Entries taken from a collection
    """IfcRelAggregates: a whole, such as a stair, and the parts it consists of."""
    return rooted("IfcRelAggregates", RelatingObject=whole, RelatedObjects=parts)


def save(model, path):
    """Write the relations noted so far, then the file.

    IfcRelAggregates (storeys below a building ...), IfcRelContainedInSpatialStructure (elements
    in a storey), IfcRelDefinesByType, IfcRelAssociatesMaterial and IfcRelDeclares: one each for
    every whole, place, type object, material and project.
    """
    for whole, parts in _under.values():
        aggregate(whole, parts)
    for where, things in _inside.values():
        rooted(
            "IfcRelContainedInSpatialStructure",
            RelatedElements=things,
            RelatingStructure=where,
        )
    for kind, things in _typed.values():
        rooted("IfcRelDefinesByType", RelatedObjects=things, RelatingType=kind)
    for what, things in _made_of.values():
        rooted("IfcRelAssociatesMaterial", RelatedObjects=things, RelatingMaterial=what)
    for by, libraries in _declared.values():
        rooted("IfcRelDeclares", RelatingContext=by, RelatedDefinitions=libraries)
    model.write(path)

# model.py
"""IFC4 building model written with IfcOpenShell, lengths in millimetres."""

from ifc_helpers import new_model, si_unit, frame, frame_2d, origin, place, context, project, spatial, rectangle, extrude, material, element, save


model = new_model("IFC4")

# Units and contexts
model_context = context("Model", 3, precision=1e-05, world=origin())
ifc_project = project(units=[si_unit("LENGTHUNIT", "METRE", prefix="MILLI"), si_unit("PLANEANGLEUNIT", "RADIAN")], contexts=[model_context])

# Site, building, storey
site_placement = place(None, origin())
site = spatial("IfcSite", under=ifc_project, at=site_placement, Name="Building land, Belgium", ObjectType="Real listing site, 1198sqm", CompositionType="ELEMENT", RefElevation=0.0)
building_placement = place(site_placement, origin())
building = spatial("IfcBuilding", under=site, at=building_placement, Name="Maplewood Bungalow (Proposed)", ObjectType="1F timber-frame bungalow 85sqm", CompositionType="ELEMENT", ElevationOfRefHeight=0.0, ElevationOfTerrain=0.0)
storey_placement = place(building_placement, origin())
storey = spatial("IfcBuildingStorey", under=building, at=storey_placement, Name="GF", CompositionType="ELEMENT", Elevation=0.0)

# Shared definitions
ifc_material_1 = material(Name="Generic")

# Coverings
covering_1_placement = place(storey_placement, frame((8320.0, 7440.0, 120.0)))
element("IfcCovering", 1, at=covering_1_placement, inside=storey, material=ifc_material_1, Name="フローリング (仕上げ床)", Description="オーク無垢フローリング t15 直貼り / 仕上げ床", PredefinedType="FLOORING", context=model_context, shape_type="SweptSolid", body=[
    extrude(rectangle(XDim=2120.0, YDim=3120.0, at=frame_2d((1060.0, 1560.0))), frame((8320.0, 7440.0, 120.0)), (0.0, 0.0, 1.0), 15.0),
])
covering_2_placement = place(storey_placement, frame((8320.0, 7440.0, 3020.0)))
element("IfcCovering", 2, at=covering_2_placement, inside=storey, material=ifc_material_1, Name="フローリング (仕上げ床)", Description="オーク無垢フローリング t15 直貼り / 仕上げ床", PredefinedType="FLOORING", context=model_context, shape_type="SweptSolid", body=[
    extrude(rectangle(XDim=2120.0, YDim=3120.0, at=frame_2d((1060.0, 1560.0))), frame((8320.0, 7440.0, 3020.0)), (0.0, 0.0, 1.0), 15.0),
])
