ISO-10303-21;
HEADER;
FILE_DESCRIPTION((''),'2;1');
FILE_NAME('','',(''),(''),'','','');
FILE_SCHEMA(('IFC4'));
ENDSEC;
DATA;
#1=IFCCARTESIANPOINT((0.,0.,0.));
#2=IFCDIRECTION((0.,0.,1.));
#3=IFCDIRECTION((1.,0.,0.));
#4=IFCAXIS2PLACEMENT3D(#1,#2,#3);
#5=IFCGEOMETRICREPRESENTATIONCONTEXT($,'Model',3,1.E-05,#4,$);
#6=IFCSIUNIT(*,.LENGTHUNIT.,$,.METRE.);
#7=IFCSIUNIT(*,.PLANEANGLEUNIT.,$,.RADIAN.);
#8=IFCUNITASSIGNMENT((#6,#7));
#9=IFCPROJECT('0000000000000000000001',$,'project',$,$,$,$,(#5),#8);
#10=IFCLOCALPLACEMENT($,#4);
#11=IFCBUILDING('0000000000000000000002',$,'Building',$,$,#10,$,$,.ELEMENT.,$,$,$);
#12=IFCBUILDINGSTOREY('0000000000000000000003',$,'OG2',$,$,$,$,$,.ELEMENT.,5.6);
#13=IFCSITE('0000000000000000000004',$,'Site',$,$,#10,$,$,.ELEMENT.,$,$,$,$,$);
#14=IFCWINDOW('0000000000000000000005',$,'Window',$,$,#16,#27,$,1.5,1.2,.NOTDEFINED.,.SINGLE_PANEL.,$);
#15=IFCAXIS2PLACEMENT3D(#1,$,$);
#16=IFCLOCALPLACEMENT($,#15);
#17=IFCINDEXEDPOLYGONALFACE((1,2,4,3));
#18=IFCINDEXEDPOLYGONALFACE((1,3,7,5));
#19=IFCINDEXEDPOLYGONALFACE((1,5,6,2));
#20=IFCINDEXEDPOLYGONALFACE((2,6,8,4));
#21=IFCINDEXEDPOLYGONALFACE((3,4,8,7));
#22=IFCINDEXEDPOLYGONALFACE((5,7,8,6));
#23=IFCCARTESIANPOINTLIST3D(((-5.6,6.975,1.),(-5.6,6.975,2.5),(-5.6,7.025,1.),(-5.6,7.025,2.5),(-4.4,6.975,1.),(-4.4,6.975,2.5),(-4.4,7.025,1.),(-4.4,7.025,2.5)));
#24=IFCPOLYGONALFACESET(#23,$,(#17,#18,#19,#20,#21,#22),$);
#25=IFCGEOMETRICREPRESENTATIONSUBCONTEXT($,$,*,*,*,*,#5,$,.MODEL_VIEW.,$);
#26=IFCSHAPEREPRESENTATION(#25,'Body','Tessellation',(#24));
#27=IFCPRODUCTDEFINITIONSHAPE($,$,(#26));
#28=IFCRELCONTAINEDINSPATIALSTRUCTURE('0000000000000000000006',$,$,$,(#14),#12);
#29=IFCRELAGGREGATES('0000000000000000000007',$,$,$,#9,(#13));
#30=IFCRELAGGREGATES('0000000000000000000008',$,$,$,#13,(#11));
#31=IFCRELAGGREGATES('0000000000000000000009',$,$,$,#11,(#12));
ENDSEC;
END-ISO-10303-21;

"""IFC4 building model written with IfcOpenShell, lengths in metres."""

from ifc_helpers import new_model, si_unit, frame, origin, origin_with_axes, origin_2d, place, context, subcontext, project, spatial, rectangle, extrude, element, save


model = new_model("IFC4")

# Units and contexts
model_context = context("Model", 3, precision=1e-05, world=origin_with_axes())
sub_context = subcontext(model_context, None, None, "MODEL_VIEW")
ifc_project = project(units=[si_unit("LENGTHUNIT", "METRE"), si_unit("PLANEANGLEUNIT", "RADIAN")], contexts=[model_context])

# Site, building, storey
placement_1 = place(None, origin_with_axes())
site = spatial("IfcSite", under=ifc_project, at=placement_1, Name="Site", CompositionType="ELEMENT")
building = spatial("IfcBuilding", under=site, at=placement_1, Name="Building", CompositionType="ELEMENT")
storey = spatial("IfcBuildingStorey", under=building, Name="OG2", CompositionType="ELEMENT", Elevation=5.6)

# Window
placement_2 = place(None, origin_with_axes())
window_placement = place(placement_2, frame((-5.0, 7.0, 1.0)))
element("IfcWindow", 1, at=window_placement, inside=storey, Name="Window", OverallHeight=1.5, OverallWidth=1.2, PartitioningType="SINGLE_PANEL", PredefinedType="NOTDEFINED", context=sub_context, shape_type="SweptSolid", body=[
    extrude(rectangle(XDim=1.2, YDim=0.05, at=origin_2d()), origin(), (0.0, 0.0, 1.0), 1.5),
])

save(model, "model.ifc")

==

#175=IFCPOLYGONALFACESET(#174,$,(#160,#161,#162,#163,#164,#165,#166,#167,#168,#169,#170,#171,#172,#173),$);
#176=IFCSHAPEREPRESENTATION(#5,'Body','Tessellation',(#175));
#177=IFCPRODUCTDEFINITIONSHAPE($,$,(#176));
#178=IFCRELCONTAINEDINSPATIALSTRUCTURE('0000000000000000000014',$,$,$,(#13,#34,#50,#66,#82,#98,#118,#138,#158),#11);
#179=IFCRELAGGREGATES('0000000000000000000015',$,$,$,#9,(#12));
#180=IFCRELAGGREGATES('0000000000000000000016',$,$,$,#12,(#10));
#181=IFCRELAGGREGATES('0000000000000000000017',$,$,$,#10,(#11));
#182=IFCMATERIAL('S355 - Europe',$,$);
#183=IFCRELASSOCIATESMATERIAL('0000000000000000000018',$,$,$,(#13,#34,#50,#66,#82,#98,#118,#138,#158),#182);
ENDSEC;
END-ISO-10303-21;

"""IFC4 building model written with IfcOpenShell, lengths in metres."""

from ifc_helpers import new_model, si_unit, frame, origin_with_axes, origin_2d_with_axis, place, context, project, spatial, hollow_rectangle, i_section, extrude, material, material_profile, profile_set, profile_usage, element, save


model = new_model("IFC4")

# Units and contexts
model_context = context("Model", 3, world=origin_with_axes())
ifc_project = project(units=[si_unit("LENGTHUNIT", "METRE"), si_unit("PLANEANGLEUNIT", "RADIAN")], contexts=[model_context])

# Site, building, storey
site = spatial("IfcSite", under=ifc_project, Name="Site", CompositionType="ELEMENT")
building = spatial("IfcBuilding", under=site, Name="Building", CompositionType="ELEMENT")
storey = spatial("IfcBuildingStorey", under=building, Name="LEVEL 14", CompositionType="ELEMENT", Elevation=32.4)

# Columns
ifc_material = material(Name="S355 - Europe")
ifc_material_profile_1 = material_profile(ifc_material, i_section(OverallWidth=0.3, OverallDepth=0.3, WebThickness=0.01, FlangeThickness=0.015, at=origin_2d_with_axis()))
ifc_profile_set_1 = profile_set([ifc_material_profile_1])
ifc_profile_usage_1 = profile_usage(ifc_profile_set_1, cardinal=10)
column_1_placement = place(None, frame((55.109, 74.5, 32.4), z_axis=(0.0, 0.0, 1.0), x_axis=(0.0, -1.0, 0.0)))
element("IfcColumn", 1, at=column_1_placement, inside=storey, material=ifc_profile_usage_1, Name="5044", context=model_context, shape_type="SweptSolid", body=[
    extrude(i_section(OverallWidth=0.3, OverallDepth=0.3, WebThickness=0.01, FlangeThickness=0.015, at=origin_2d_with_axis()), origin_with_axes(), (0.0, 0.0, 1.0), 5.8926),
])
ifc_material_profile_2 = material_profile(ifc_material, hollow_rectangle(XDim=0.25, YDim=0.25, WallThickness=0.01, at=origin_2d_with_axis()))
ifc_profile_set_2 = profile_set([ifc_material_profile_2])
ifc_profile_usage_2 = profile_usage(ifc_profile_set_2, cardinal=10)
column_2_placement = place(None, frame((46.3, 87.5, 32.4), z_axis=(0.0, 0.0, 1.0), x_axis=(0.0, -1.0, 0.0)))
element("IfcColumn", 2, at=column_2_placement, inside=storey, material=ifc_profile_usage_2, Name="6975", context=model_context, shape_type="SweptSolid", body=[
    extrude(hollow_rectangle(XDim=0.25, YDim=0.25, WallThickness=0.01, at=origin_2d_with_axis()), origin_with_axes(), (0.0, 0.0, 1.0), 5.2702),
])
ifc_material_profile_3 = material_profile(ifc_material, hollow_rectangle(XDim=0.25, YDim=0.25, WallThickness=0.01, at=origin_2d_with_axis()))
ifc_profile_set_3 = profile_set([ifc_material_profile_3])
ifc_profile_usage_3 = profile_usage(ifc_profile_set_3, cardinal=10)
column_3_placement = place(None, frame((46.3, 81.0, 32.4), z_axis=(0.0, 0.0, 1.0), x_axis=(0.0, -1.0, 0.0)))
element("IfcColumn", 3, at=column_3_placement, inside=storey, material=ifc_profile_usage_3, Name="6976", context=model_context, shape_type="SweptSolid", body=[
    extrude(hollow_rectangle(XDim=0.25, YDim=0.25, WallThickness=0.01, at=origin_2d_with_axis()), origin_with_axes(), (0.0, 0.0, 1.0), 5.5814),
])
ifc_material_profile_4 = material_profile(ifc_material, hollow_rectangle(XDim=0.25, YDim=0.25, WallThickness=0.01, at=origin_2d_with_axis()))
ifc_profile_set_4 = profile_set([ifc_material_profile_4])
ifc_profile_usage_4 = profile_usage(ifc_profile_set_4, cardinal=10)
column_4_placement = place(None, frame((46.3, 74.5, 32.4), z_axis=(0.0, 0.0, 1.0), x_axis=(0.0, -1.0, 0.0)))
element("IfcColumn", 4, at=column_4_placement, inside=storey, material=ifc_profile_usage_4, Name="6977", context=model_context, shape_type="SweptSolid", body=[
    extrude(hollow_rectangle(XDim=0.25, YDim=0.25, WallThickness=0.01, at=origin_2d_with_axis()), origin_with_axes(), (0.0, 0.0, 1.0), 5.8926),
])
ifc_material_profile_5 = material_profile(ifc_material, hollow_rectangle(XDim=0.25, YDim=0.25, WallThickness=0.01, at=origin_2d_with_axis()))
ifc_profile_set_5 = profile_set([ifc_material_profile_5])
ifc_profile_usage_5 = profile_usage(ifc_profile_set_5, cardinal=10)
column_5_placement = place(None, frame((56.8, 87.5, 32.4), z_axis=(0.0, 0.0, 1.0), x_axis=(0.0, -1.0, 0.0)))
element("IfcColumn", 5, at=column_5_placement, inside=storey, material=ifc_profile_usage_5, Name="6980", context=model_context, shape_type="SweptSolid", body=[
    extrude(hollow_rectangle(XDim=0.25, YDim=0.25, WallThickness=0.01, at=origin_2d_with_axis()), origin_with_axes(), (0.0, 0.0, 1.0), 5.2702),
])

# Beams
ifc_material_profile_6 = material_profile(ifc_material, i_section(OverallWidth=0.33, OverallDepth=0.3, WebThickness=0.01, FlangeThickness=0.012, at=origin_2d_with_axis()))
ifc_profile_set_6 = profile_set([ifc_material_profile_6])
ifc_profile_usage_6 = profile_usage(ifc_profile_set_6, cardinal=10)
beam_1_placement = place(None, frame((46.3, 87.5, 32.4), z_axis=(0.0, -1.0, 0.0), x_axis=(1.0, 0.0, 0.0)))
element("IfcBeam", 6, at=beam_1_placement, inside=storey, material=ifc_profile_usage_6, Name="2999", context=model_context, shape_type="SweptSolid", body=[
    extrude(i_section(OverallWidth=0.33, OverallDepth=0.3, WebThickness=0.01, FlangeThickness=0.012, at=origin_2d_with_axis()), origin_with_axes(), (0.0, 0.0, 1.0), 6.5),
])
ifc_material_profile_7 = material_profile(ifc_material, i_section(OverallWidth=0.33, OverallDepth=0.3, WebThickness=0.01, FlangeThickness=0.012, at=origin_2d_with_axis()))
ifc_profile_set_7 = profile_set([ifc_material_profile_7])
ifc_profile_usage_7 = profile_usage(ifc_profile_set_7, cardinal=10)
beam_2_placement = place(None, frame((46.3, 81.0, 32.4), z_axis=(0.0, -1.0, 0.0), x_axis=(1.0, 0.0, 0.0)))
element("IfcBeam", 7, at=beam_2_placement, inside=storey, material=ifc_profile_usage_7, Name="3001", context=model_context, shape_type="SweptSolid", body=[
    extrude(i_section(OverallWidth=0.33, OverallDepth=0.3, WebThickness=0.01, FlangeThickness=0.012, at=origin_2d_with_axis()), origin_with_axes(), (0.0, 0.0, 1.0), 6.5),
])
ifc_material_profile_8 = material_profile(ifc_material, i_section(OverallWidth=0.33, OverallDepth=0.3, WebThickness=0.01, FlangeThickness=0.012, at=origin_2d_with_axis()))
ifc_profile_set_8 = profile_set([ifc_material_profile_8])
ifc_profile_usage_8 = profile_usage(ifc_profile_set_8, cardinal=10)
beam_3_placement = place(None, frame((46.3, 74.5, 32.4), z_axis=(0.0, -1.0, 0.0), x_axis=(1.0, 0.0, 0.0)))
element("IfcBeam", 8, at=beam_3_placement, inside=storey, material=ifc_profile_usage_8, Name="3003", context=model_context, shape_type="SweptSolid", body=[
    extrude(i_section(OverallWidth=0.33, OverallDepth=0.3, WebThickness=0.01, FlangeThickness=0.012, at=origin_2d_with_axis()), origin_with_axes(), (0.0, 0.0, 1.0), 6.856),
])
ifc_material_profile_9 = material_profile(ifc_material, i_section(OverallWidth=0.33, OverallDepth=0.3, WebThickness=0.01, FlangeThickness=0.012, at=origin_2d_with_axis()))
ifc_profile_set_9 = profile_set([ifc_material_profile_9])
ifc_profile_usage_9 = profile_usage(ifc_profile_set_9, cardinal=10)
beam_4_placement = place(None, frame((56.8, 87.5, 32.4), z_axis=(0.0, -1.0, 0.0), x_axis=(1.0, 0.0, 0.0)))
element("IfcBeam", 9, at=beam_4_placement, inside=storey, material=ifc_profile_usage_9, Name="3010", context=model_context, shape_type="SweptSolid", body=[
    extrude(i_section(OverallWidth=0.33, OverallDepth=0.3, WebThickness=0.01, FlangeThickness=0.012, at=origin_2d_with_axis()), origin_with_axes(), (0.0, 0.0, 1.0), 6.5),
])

» WHAT TO DO: Go through the records and report each line that contains "ObjectType".

» YOUR SOLUTION:
site = spatial("IfcSite", under=ifc_project, at=site_placement, Name="Building land, Belgium", ObjectType="Real listing site, 1198sqm", CompositionType="ELEMENT", RefElevation=0.0)
building = spatial("IfcBuilding", under=site, at=building_placement, Name="Maplewood Bungalow (Proposed)", ObjectType="1F timber-frame bungalow 85sqm", CompositionType="ELEMENT", ElevationOfRefHeight=0.0, ElevationOfTerrain=0.0)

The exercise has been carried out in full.